Supplied entries:
══════════

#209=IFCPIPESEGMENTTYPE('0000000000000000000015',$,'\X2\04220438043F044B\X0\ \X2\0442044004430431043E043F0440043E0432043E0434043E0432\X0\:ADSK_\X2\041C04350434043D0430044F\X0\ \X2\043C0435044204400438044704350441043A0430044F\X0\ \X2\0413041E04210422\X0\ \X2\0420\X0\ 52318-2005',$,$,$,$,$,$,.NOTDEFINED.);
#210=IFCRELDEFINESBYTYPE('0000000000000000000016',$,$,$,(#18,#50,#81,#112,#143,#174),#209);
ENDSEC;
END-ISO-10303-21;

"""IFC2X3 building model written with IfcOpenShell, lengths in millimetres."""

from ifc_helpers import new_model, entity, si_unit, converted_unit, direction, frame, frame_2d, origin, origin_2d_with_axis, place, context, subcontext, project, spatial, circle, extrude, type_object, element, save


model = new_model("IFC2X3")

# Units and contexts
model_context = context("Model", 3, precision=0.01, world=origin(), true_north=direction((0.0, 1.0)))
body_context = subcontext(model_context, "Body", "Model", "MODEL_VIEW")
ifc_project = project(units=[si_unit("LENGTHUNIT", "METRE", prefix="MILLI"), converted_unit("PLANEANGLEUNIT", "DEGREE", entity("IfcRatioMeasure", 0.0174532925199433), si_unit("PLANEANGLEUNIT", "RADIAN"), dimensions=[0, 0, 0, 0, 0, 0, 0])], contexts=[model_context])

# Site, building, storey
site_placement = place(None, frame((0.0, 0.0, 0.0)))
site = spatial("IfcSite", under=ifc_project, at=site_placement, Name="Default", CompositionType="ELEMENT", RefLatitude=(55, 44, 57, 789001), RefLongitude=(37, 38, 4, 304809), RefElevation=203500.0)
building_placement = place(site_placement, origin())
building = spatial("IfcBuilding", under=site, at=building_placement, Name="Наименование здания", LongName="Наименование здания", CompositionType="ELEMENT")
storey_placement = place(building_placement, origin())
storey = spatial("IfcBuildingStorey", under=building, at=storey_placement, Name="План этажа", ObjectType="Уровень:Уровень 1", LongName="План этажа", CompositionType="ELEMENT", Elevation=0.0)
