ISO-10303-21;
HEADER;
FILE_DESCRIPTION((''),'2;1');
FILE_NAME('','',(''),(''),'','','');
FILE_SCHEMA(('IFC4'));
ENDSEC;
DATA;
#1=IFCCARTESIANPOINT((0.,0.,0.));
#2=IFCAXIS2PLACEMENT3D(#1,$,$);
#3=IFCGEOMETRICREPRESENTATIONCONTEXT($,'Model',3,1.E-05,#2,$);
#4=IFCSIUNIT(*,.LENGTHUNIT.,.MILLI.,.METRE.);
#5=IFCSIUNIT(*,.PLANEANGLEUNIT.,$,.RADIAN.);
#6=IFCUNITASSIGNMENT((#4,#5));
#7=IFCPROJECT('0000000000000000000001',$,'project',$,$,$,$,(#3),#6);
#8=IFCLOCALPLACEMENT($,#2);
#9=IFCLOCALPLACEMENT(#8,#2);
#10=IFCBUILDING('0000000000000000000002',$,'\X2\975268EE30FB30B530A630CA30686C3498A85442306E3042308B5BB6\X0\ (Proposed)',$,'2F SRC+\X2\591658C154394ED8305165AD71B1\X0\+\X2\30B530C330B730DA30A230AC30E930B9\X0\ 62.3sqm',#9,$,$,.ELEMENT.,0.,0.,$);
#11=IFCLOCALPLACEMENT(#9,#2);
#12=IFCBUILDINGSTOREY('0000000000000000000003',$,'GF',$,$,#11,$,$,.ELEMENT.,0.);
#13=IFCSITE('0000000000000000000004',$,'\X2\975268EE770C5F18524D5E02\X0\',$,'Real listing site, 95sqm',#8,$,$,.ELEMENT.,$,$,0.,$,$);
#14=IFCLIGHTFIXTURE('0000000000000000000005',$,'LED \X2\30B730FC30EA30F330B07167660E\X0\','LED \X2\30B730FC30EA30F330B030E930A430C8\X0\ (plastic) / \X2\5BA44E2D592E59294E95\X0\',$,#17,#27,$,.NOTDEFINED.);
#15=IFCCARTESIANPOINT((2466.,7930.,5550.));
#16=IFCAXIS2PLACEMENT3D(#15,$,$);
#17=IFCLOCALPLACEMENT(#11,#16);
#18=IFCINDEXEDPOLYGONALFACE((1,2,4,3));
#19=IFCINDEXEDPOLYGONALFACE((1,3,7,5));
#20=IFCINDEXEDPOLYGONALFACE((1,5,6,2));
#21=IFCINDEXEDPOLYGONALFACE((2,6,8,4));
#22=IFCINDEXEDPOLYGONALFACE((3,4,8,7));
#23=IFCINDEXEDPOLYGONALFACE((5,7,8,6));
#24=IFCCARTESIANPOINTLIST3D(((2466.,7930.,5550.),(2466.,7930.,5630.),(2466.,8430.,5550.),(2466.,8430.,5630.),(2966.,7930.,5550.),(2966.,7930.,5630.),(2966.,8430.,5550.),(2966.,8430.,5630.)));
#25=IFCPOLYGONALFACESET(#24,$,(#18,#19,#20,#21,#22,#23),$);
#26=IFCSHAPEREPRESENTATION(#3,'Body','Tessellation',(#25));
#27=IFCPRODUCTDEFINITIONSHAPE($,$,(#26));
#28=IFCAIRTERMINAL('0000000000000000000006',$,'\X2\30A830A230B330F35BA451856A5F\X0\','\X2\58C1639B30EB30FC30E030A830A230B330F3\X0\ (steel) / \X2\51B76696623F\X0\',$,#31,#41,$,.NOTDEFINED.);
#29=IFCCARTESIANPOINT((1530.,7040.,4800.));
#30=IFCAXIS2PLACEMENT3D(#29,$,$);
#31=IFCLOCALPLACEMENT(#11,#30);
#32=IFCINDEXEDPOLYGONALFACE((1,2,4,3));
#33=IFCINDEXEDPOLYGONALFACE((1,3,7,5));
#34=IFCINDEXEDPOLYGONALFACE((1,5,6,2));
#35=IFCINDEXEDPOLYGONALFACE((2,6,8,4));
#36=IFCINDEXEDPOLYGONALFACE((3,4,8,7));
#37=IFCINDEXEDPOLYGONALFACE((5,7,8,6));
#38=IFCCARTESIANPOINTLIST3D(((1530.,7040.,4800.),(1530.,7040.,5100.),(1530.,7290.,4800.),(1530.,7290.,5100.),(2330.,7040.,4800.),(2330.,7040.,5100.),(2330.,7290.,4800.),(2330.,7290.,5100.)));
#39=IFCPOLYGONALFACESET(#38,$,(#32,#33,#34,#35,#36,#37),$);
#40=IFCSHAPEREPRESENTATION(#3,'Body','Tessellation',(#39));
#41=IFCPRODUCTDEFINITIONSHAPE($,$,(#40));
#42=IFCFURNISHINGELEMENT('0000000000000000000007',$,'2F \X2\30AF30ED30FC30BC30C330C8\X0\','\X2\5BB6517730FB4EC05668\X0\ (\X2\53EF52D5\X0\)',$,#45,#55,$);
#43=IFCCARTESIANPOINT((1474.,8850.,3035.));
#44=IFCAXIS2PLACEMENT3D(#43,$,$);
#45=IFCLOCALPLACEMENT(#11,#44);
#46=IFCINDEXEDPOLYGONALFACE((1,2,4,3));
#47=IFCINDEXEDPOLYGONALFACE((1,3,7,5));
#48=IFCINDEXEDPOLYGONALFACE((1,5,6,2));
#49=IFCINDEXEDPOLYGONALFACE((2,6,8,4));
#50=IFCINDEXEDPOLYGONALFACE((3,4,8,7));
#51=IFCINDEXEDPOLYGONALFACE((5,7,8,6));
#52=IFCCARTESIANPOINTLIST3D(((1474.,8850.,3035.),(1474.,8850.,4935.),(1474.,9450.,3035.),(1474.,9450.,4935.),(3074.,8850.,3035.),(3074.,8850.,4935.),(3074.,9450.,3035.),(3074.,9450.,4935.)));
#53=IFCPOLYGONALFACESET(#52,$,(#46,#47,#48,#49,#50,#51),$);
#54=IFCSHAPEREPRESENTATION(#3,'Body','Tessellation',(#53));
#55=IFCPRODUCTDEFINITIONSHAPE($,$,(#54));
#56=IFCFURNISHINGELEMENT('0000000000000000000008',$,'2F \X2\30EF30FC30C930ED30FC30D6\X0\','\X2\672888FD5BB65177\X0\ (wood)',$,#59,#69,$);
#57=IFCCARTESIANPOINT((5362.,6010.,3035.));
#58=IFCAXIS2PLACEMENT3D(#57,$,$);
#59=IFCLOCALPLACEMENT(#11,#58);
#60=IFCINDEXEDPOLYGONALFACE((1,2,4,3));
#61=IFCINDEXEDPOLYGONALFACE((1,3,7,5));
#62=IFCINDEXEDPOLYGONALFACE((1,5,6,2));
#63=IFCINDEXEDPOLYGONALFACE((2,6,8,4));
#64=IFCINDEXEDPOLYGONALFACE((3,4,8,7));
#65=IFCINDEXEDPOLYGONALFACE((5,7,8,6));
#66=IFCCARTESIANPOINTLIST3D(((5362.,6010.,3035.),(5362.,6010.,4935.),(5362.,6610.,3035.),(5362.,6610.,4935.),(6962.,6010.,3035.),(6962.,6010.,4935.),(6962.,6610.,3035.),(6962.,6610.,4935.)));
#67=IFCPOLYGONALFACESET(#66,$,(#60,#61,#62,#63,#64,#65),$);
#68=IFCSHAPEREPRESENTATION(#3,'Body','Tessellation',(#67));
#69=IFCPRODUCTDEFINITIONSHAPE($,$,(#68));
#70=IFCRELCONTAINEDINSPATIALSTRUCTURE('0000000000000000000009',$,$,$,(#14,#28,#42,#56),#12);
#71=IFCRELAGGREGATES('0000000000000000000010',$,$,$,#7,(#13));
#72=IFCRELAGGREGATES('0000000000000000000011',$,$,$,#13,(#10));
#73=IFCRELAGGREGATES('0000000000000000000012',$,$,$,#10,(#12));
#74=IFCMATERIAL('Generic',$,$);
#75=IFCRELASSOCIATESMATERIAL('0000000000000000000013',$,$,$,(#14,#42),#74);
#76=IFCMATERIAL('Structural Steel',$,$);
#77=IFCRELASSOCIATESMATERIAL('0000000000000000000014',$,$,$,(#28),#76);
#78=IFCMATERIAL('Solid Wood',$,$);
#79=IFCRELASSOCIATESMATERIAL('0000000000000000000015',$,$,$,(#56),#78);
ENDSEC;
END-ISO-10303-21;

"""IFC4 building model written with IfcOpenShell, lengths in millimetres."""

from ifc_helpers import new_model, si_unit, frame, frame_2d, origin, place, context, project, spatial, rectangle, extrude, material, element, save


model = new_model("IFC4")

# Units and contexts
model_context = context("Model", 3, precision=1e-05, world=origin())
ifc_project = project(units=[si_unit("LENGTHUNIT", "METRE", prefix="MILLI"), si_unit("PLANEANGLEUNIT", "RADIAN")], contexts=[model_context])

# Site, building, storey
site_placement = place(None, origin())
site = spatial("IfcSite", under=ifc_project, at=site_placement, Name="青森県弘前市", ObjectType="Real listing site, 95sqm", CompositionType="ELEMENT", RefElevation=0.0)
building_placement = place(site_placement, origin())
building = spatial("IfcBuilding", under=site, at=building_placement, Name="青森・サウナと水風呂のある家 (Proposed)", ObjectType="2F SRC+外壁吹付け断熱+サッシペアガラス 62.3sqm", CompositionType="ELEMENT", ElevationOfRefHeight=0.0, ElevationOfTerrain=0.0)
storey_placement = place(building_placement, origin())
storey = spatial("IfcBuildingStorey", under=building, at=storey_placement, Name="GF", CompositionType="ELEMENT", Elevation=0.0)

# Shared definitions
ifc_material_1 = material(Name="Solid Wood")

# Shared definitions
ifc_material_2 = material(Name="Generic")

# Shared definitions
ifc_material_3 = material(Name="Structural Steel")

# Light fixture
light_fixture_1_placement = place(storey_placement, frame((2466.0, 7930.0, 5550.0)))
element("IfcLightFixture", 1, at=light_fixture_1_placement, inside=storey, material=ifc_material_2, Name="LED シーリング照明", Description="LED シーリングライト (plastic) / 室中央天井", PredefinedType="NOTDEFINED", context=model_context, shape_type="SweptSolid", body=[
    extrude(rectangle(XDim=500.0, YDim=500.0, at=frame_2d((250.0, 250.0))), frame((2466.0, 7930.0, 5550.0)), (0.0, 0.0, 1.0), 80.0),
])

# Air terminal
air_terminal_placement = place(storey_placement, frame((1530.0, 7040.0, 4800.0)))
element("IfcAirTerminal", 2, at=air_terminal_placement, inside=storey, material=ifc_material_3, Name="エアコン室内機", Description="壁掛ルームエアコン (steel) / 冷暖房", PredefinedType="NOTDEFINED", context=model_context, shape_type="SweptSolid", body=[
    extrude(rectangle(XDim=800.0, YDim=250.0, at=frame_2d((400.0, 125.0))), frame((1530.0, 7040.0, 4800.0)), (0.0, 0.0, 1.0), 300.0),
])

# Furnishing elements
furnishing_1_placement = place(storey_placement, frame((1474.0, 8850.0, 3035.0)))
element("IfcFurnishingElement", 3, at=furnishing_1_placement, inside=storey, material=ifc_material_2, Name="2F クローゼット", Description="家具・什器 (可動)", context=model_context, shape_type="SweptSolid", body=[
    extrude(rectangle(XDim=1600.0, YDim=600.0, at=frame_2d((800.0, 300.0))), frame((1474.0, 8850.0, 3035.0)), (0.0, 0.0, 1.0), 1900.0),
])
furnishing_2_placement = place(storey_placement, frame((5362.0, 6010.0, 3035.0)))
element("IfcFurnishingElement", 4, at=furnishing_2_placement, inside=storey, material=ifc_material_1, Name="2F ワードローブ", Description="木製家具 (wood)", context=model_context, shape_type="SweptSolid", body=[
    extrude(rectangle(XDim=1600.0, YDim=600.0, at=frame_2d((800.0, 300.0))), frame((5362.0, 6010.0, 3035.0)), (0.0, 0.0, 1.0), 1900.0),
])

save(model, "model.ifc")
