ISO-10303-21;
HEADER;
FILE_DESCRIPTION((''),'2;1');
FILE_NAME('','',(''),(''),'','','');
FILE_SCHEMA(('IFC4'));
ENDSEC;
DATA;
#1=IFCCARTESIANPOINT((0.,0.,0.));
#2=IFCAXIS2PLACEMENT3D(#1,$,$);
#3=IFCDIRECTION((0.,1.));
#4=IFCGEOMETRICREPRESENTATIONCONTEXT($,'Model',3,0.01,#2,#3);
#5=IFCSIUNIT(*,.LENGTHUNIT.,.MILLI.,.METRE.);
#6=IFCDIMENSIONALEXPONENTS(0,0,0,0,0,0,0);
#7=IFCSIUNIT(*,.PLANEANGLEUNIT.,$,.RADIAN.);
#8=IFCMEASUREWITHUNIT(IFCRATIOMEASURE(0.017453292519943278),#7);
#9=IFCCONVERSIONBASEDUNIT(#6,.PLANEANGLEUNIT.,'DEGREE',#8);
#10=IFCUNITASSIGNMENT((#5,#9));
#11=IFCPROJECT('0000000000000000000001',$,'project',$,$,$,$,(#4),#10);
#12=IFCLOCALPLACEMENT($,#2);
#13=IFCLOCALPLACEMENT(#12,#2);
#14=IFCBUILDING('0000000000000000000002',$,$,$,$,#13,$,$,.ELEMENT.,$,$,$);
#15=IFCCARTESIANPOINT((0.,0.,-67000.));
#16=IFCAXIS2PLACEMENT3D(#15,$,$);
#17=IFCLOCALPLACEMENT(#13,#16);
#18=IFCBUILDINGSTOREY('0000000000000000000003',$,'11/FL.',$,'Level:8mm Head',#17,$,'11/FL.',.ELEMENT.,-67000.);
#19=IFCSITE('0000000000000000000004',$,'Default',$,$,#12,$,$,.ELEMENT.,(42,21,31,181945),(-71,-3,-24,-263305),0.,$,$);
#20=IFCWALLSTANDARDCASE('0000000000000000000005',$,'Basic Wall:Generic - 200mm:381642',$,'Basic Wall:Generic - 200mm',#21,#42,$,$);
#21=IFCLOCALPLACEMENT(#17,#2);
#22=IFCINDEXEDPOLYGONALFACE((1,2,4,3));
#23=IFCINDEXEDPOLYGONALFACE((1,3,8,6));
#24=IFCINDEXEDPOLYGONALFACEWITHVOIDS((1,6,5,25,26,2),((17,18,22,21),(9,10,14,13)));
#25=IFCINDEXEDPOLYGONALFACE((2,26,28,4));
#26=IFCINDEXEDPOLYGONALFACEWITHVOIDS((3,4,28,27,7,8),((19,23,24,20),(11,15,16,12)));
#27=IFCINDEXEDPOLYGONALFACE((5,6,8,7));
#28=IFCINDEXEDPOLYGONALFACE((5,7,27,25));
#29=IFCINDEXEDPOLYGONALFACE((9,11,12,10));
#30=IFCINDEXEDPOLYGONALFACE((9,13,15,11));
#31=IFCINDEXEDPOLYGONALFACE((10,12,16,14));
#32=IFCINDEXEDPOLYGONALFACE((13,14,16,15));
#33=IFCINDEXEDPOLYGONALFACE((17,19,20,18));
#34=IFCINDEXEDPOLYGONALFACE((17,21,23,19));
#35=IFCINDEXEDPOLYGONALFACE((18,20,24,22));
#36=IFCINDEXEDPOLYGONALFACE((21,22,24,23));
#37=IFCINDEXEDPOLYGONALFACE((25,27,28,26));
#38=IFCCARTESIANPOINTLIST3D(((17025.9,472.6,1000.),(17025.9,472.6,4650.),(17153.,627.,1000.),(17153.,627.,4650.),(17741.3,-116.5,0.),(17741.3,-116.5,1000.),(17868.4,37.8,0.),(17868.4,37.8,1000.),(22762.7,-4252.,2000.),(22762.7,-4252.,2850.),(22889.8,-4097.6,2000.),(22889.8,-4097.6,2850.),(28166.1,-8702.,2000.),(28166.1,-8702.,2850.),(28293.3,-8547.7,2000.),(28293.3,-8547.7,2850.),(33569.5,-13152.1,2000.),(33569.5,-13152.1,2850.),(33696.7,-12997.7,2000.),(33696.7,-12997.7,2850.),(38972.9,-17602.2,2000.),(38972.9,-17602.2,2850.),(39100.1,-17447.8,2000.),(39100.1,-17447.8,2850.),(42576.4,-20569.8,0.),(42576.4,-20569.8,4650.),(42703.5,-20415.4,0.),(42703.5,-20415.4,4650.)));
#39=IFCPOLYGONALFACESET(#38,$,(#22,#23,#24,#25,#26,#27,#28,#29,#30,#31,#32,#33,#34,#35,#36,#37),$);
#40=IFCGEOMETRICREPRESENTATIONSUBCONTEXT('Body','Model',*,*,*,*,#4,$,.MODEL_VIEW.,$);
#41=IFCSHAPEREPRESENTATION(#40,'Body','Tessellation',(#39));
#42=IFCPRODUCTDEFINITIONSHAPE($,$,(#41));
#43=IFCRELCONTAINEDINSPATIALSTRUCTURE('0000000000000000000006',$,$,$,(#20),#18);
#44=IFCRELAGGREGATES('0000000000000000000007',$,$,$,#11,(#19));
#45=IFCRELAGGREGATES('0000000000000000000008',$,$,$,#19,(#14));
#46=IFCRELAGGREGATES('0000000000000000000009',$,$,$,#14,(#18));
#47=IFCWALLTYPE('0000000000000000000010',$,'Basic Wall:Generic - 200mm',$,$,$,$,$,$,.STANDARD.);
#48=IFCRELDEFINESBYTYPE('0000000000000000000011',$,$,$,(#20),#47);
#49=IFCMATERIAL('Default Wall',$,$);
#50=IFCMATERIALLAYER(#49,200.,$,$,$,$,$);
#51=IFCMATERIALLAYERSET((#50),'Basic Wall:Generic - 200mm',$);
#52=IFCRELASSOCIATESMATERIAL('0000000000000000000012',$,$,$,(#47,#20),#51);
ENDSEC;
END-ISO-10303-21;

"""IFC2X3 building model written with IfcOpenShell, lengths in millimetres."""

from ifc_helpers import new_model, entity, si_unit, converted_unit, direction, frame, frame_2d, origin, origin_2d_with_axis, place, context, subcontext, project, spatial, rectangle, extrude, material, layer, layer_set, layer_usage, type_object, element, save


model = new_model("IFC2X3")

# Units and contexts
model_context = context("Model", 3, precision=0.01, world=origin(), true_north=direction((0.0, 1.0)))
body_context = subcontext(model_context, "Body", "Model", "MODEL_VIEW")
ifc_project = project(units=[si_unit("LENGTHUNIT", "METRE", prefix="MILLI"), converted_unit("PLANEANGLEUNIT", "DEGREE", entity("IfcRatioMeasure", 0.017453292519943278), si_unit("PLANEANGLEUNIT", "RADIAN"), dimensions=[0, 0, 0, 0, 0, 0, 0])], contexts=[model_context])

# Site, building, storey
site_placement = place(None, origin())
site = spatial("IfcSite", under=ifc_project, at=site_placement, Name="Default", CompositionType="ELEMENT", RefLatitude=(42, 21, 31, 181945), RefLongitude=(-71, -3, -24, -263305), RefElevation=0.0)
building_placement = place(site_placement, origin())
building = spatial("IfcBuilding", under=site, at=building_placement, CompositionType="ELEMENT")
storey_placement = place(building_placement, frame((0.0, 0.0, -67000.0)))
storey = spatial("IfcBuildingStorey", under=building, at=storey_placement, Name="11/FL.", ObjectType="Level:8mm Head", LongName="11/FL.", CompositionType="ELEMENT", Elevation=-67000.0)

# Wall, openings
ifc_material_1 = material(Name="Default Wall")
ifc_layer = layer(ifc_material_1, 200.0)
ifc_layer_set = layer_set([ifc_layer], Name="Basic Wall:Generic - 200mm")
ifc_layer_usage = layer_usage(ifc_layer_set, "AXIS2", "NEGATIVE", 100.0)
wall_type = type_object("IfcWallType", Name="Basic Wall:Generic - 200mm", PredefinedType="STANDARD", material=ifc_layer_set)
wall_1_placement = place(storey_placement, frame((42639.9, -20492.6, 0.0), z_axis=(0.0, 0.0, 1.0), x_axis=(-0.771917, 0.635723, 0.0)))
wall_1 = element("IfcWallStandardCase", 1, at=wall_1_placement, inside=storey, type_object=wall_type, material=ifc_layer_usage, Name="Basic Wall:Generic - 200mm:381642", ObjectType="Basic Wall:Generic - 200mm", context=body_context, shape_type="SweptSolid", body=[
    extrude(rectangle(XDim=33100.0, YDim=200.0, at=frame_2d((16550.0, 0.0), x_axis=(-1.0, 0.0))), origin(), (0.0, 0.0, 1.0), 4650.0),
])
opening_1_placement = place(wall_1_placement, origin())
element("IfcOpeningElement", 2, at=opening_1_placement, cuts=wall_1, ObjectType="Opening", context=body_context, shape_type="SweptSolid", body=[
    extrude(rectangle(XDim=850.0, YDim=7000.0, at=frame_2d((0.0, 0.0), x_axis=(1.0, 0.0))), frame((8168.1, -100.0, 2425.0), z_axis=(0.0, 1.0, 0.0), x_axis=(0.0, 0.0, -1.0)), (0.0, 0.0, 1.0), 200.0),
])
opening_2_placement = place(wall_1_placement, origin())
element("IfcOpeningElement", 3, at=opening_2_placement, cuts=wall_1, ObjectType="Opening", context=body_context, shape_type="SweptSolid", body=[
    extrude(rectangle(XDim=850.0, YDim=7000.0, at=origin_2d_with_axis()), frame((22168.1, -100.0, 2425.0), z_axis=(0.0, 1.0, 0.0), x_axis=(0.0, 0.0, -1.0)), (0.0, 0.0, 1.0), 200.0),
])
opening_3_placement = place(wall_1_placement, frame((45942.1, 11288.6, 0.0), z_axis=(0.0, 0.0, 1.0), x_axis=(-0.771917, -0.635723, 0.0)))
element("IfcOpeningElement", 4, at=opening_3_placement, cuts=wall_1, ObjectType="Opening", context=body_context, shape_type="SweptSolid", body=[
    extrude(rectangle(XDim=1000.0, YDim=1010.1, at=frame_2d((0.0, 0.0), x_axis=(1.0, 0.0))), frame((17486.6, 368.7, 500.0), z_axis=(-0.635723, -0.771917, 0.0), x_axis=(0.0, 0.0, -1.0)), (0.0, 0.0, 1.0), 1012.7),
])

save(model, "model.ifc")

══════════

Task to complete: Please give an exact copy of the lines above, beginning with the line containing "#33=IFCINDEXEDPOLYGONALFACE((17,19,20,18));" and running through the line containing "#37=IFCINDEXEDPOLYGONALFACE((25,27,28,26));", and of no other lines.

Solution below:
#33=IFCINDEXEDPOLYGONALFACE((17,19,20,18));
#34=IFCINDEXEDPOLYGONALFACE((17,21,23,19));
#35=IFCINDEXEDPOLYGONALFACE((18,20,24,22));
#36=IFCINDEXEDPOLYGONALFACE((21,22,24,23));
#37=IFCINDEXEDPOLYGONALFACE((25,27,28,26));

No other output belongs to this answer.